- _Task to carry out_: Your answer should be every line with the word "IFCPRODUCTDEFINITIONSHAPE", copied from the data below.

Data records
■ ■ ■

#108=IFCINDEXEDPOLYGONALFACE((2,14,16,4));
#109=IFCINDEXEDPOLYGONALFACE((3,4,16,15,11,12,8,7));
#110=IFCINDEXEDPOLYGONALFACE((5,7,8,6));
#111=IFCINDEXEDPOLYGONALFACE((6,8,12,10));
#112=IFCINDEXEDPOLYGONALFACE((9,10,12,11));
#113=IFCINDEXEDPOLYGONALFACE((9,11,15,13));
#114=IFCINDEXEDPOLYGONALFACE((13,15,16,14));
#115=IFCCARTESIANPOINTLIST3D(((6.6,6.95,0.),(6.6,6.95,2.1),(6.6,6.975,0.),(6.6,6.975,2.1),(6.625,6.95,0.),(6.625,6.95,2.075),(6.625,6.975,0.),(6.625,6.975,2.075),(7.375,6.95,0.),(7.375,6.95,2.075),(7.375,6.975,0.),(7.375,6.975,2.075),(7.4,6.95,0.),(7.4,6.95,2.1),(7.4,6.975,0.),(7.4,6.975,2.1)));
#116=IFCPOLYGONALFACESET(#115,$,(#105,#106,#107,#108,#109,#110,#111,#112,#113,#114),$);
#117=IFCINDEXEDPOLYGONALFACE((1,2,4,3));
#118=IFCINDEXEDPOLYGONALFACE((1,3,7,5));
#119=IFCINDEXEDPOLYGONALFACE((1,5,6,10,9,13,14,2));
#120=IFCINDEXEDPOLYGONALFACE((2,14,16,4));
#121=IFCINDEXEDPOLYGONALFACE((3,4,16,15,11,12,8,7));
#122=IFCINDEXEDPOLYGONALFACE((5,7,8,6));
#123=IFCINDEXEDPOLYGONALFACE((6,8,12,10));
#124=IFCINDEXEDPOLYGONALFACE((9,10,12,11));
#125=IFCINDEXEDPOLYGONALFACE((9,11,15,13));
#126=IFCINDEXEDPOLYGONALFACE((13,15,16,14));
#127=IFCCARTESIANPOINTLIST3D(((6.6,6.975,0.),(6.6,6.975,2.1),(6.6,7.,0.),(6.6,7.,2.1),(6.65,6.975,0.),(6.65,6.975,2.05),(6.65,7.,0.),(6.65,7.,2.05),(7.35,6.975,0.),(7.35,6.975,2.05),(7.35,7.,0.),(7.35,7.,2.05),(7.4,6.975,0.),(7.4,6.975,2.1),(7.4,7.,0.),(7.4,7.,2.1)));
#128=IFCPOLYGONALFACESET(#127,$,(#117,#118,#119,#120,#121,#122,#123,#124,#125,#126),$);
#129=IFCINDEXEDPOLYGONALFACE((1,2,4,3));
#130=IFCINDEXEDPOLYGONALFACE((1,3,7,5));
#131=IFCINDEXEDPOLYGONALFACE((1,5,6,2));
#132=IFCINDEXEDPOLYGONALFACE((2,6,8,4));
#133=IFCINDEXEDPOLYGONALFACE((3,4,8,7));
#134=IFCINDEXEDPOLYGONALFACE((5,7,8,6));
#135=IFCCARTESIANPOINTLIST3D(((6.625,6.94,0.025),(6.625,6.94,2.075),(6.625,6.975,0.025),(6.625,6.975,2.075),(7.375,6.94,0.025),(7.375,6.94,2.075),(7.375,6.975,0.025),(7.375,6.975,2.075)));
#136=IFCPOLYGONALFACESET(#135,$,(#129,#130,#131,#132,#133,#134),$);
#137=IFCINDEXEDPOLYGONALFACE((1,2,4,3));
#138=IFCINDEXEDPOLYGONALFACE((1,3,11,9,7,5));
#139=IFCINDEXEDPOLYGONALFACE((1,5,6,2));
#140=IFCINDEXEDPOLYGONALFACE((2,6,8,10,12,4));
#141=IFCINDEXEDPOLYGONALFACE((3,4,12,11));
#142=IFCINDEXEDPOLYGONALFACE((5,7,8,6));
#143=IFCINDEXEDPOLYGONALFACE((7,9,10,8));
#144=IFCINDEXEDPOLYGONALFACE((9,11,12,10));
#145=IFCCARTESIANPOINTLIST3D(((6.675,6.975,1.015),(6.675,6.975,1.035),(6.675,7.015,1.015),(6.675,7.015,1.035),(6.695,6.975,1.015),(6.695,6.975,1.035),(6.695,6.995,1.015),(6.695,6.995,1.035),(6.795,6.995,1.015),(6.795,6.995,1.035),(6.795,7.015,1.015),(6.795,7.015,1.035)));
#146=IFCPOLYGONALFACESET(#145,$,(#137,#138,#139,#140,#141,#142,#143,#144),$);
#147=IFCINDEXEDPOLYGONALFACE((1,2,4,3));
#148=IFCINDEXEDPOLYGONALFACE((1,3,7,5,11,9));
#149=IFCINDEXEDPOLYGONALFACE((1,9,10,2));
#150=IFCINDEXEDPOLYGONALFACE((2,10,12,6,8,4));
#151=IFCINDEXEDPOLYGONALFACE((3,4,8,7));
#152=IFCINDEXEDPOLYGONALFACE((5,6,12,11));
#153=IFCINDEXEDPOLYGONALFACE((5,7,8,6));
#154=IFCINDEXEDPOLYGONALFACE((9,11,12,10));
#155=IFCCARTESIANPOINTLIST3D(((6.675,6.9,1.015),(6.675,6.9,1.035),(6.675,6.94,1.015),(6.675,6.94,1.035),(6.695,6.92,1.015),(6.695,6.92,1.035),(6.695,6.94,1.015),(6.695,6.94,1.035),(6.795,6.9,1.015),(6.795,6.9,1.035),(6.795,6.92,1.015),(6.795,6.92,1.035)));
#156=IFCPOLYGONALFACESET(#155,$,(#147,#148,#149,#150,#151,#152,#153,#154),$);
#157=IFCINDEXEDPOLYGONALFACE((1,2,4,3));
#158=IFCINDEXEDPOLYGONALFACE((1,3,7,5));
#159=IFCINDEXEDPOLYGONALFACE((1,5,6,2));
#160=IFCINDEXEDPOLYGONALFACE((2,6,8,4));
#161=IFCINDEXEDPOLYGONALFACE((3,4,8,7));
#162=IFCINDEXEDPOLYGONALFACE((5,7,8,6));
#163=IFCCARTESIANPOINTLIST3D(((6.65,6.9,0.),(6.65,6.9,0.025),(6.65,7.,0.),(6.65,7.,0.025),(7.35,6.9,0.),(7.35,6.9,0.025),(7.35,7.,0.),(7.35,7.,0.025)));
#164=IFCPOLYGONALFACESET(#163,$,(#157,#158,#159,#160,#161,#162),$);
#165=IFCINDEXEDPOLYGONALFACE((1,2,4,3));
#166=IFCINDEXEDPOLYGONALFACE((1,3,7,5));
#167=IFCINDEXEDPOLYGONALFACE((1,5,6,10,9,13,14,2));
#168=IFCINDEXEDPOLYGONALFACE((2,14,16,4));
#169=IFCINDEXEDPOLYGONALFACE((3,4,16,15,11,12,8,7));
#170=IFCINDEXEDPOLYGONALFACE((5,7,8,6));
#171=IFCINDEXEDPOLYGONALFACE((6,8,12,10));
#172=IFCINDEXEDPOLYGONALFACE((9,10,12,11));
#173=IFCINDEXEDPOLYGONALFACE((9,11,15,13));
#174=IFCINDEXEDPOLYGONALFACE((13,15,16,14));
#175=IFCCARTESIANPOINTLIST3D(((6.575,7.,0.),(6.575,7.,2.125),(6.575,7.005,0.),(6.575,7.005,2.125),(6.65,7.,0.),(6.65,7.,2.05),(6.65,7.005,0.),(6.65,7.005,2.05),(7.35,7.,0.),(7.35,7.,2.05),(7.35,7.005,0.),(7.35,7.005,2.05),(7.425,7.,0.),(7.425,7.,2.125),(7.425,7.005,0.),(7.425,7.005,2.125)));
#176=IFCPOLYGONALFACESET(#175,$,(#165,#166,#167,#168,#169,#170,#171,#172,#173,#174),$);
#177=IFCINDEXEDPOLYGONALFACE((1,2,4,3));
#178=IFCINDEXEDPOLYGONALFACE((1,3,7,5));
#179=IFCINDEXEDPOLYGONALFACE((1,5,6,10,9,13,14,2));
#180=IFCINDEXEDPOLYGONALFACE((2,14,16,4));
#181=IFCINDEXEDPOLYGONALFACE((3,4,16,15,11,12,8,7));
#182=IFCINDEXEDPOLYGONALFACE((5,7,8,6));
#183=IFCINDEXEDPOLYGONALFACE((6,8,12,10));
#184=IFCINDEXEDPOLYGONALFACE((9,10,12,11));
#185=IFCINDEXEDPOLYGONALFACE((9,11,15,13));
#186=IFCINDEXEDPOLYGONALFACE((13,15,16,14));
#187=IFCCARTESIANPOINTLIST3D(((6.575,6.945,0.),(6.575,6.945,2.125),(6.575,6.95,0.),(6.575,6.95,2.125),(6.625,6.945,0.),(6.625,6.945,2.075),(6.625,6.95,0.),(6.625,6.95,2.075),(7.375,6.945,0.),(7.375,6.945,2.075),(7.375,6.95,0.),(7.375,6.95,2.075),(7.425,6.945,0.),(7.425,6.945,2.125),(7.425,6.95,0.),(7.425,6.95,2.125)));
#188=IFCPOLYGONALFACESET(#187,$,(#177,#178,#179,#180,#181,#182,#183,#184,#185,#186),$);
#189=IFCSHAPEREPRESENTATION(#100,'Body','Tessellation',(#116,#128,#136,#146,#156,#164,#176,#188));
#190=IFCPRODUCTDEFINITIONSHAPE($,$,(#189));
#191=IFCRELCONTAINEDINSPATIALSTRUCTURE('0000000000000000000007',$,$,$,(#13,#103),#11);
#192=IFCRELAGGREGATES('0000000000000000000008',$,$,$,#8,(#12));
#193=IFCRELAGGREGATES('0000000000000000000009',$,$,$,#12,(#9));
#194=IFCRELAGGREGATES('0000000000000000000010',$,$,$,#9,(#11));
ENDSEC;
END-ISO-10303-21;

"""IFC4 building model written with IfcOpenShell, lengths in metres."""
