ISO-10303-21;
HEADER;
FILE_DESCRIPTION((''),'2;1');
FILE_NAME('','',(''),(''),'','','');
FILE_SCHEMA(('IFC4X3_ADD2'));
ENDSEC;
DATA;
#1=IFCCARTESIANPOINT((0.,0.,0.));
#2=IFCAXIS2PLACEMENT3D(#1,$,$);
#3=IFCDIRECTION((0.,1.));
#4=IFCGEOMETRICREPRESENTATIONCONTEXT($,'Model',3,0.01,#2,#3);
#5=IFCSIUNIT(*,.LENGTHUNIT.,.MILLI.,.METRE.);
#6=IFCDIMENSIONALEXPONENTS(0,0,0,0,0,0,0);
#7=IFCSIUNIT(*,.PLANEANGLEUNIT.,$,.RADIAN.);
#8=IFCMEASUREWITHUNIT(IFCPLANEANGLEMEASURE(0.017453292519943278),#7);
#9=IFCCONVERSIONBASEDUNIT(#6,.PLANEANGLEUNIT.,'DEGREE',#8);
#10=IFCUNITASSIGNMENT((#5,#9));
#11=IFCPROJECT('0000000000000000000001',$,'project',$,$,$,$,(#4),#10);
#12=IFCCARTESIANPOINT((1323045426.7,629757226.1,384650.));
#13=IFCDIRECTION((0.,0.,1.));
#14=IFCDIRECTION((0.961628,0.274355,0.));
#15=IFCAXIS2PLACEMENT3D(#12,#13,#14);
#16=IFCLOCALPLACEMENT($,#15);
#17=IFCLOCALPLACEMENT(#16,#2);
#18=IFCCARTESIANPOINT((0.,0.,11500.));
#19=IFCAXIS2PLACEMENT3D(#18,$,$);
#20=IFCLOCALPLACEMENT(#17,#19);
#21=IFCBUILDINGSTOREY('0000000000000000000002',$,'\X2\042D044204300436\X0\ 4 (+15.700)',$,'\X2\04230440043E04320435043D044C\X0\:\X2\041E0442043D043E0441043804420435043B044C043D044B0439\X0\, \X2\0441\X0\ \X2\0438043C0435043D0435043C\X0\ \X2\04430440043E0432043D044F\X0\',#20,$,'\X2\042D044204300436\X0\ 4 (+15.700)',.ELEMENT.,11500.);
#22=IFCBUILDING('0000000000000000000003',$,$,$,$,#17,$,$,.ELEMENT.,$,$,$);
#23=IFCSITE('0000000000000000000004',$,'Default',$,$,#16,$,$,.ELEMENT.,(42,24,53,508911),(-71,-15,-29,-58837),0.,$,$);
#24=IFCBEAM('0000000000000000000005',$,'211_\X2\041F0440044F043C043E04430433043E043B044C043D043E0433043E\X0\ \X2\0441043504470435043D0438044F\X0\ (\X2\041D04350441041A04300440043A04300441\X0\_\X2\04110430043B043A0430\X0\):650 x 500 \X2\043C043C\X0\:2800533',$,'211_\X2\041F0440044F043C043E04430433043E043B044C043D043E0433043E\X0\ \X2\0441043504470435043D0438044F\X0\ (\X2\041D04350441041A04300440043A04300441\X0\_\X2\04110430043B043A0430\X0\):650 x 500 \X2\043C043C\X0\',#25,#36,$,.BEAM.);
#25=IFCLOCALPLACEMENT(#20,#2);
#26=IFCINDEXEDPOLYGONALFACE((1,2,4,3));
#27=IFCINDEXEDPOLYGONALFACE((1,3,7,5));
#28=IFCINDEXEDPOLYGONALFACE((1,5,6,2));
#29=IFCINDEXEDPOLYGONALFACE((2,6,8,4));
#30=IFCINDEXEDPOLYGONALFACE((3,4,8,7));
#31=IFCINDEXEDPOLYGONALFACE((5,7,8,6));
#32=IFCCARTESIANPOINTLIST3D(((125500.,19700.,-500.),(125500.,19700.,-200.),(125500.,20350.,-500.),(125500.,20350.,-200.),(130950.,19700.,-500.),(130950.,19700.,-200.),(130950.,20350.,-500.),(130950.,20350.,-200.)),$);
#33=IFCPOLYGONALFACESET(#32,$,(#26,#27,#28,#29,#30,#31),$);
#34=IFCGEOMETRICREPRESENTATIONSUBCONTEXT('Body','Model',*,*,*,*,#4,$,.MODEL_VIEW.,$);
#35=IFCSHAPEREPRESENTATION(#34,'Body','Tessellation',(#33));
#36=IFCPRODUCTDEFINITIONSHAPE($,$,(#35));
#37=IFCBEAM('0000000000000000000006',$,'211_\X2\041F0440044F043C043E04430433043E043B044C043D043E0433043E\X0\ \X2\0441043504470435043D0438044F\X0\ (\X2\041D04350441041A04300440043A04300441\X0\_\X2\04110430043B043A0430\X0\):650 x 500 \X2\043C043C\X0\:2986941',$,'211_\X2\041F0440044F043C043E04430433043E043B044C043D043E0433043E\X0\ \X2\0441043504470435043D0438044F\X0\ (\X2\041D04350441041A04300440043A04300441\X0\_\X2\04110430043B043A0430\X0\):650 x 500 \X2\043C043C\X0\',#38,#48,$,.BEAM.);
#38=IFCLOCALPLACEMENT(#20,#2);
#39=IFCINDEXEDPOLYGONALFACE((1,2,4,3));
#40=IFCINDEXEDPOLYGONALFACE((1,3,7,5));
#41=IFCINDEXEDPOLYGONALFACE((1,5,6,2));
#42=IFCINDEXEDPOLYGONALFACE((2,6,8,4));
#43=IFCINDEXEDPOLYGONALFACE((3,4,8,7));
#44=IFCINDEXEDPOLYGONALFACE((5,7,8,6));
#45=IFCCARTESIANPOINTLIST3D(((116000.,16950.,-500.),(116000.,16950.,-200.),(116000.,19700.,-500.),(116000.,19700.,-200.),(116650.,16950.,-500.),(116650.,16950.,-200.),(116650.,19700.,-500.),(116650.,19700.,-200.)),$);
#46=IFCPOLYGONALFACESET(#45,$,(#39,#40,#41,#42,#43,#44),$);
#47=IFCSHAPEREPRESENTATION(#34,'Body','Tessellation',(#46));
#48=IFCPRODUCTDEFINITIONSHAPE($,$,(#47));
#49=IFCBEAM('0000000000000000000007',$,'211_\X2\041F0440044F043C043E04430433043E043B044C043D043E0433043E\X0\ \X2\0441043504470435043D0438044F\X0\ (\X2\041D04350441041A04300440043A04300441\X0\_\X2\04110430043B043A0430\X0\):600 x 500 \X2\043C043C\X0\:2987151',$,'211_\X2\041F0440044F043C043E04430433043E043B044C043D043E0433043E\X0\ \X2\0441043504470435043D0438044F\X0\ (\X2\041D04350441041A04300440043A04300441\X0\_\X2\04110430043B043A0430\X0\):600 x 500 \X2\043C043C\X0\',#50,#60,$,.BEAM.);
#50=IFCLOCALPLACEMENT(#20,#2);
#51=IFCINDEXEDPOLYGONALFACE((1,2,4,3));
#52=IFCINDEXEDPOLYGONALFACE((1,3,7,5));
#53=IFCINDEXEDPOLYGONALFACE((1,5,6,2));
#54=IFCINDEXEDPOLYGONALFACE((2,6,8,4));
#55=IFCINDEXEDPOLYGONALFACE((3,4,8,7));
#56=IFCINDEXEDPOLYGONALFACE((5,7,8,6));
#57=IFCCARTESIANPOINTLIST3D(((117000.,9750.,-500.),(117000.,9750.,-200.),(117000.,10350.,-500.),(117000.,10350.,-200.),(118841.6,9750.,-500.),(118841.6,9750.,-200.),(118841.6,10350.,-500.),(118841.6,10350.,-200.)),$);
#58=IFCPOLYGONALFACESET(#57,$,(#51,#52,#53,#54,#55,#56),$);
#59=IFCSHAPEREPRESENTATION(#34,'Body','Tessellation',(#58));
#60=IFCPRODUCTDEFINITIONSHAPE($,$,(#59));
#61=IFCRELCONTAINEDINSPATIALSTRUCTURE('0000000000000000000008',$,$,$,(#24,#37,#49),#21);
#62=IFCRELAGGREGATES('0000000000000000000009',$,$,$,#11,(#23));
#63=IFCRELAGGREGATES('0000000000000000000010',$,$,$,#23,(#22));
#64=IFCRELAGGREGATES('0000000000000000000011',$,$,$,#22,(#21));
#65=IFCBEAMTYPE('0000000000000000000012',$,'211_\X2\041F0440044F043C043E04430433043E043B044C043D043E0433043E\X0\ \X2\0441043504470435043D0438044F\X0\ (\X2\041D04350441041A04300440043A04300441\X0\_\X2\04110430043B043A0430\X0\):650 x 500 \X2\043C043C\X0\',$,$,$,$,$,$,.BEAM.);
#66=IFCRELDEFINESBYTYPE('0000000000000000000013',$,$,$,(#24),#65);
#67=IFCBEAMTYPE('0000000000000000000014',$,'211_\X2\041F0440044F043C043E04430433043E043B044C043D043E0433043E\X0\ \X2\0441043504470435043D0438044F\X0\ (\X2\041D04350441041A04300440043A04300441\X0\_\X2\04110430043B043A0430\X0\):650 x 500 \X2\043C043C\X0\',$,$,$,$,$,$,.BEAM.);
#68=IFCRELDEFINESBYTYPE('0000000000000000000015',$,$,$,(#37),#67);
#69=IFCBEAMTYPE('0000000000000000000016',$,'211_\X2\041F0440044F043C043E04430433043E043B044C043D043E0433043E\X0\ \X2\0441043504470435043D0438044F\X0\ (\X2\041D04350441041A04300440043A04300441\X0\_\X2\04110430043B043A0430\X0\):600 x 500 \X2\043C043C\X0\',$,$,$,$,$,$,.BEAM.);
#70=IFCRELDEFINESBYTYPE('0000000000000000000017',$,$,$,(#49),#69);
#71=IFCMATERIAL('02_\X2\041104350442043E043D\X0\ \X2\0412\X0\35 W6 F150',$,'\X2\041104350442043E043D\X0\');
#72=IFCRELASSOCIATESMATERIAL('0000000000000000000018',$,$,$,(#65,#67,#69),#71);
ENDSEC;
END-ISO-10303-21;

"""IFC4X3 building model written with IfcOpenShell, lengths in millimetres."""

from ifc_helpers import new_model, entity, si_unit, converted_unit, direction, frame, frame_2d, origin, place, context, subcontext, project, spatial, rectangle, extrude, source, transform, mapped, material, material_profile, profile_set, type_object, type_shapes, element, save


model = new_model("IFC4X3")

# Units and contexts
model_context = context("Model", 3, precision=0.01, world=origin(), true_north=direction((0.0, 1.0)))
body_context = subcontext(model_context, "Body", "Model", "MODEL_VIEW")
ifc_project = project(units=[si_unit("LENGTHUNIT", "METRE", prefix="MILLI"), converted_unit("PLANEANGLEUNIT", "DEGREE", entity("IfcPlaneAngleMeasure", 0.017453292519943278), si_unit("PLANEANGLEUNIT", "RADIAN"), dimensions=[0, 0, 0, 0, 0, 0, 0])], contexts=[model_context])

# Site, building, storey
site_placement = place(None, frame((1323045426.7, 629757226.1, 384650.0), z_axis=(0.0, 0.0, 1.0), x_axis=(0.961628, 0.274355, 0.0)))
site = spatial("IfcSite", under=ifc_project, at=site_placement, Name="Default", CompositionType="ELEMENT", RefLatitude=(42, 24, 53, 508911), RefLongitude=(-71, -15, -29, -58837), RefElevation=0.0)
building_placement = place(site_placement, origin())
building = spatial("IfcBuilding", under=site, at=building_placement, CompositionType="ELEMENT")
storey_placement = place(building_placement, frame((0.0, 0.0, 11500.0)))
storey = spatial("IfcBuildingStorey", under=building, at=storey_placement, Name="Этаж 4 (+15.700)", ObjectType="Уровень:Относительный, с именем уровня", LongName="Этаж 4 (+15.700)", CompositionType="ELEMENT", Elevation=11500.0)

# Beams
ifc_material = material(Name="02_Бетон В35 W6 F150", Category="Бетон")
ifc_material_profile_1 = material_profile(ifc_material, rectangle(XDim=300.0, YDim=650.0, at=frame_2d((0.0, 0.0), x_axis=(1.0, 0.0))), Name="650 x 500 мм")
ifc_profile_set_1 = profile_set([ifc_material_profile_1], Name="650 x 500 мм")
beam_type_1 = type_object("IfcBeamType", Name="211_Прямоугольного сечения (НесКаркас_Балка):650 x 500 мм", PredefinedType="BEAM", material=ifc_profile_set_1)
shared_shape_1 = source(origin(), body_context, "Body", "SweptSolid", [
    extrude(rectangle(XDim=300.0, YDim=650.0, at=frame_2d((0.0, 0.0), x_axis=(1.0, 0.0))), frame((125500.0, 20025.0, 11150.0), z_axis=(1.0, 0.0, 0.0), x_axis=(0.0, 0.0, -1.0)), (0.0, 0.0, 1.0), 5450.0),
])
type_shapes(beam_type_1, [shared_shape_1])
beam_1_placement = place(storey_placement, frame((0.0, 0.0, -11500.0)))
element("IfcBeam", 1, at=beam_1_placement, inside=storey, type_object=beam_type_1, Name="211_Прямоугольного сечения (НесКаркас_Балка):650 x 500 мм:2800533", ObjectType="211_Прямоугольного сечения (НесКаркас_Балка):650 x 500 мм", PredefinedType="BEAM", context=body_context, shape_type="MappedRepresentation", body=[
    mapped(shared_shape_1, transform((0.0, 0.0, 0.0), scale=1.0)),
])
beam_type_2 = type_object("IfcBeamType", Name="211_Прямоугольного сечения (НесКаркас_Балка):650 x 500 мм", PredefinedType="BEAM", material=ifc_profile_set_1)
shared_shape_2 = source(origin(), body_context, "Body", "SweptSolid", [
    extrude(rectangle(XDim=300.0, YDim=650.0, at=frame_2d((0.0, 0.0), x_axis=(0.0, 1.0))), frame((116325.0, 19700.0, 11150.0), z_axis=(0.0, -1.0, 0.0), x_axis=(-1.0, 0.0, 0.0)), (0.0, 0.0, 1.0), 2750.0),
])
type_shapes(beam_type_2, [shared_shape_2])
beam_2_placement = place(storey_placement, frame((0.0, 0.0, -11500.0)))
element("IfcBeam", 2, at=beam_2_placement, inside=storey, type_object=beam_type_2, Name="211_Прямоугольного сечения (НесКаркас_Балка):650 x 500 мм:2986941", ObjectType="211_Прямоугольного сечения (НесКаркас_Балка):650 x 500 мм", PredefinedType="BEAM", context=body_context, shape_type="MappedRepresentation", body=[
    mapped(shared_shape_2, transform((0.0, 0.0, 0.0), scale=1.0)),
])
ifc_material_profile_2 = material_profile(ifc_material, rectangle(XDim=300.0, YDim=600.0, at=frame_2d((0.0, 0.0), x_axis=(1.0, 0.0))), Name="600 x 500 мм")
ifc_profile_set_2 = profile_set([ifc_material_profile_2], Name="600 x 500 мм")
beam_type_3 = type_object("IfcBeamType", Name="211_Прямоугольного сечения (НесКаркас_Балка):600 x 500 мм", PredefinedType="BEAM", material=ifc_profile_set_2)
shared_shape_3 = source(origin(), body_context, "Body", "SweptSolid", [
    extrude(rectangle(XDim=300.0, YDim=600.0, at=frame_2d((0.0, 0.0), x_axis=(1.0, 0.0))), frame((117000.0, 10050.0, 11150.0), z_axis=(1.0, 0.0, 0.0), x_axis=(0.0, 0.0, -1.0)), (0.0, 0.0, 1.0), 1841.6),
])
type_shapes(beam_type_3, [shared_shape_3])
beam_3_placement = place(storey_placement, frame((0.0, 0.0, -11500.0)))
element("IfcBeam", 3, at=beam_3_placement, inside=storey, type_object=beam_type_3, Name="211_Прямоугольного сечения (НесКаркас_Балка):600 x 500 мм:2987151", ObjectType="211_Прямоугольного сечения (НесКаркас_Балка):600 x 500 мм", PredefinedType="BEAM", context=body_context, shape_type="MappedRepresentation", body=[
    mapped(shared_shape_3, transform((0.0, 0.0, 0.0), scale=1.0)),
])

save(model, "model.ifc")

■ ■ ■

- _Output for this task_:
#190=IFCPRODUCTDEFINITIONSHAPE($,$,(#189));
#36=IFCPRODUCTDEFINITIONSHAPE($,$,(#35));
#48=IFCPRODUCTDEFINITIONSHAPE($,$,(#47));
#60=IFCPRODUCTDEFINITIONSHAPE($,$,(#59));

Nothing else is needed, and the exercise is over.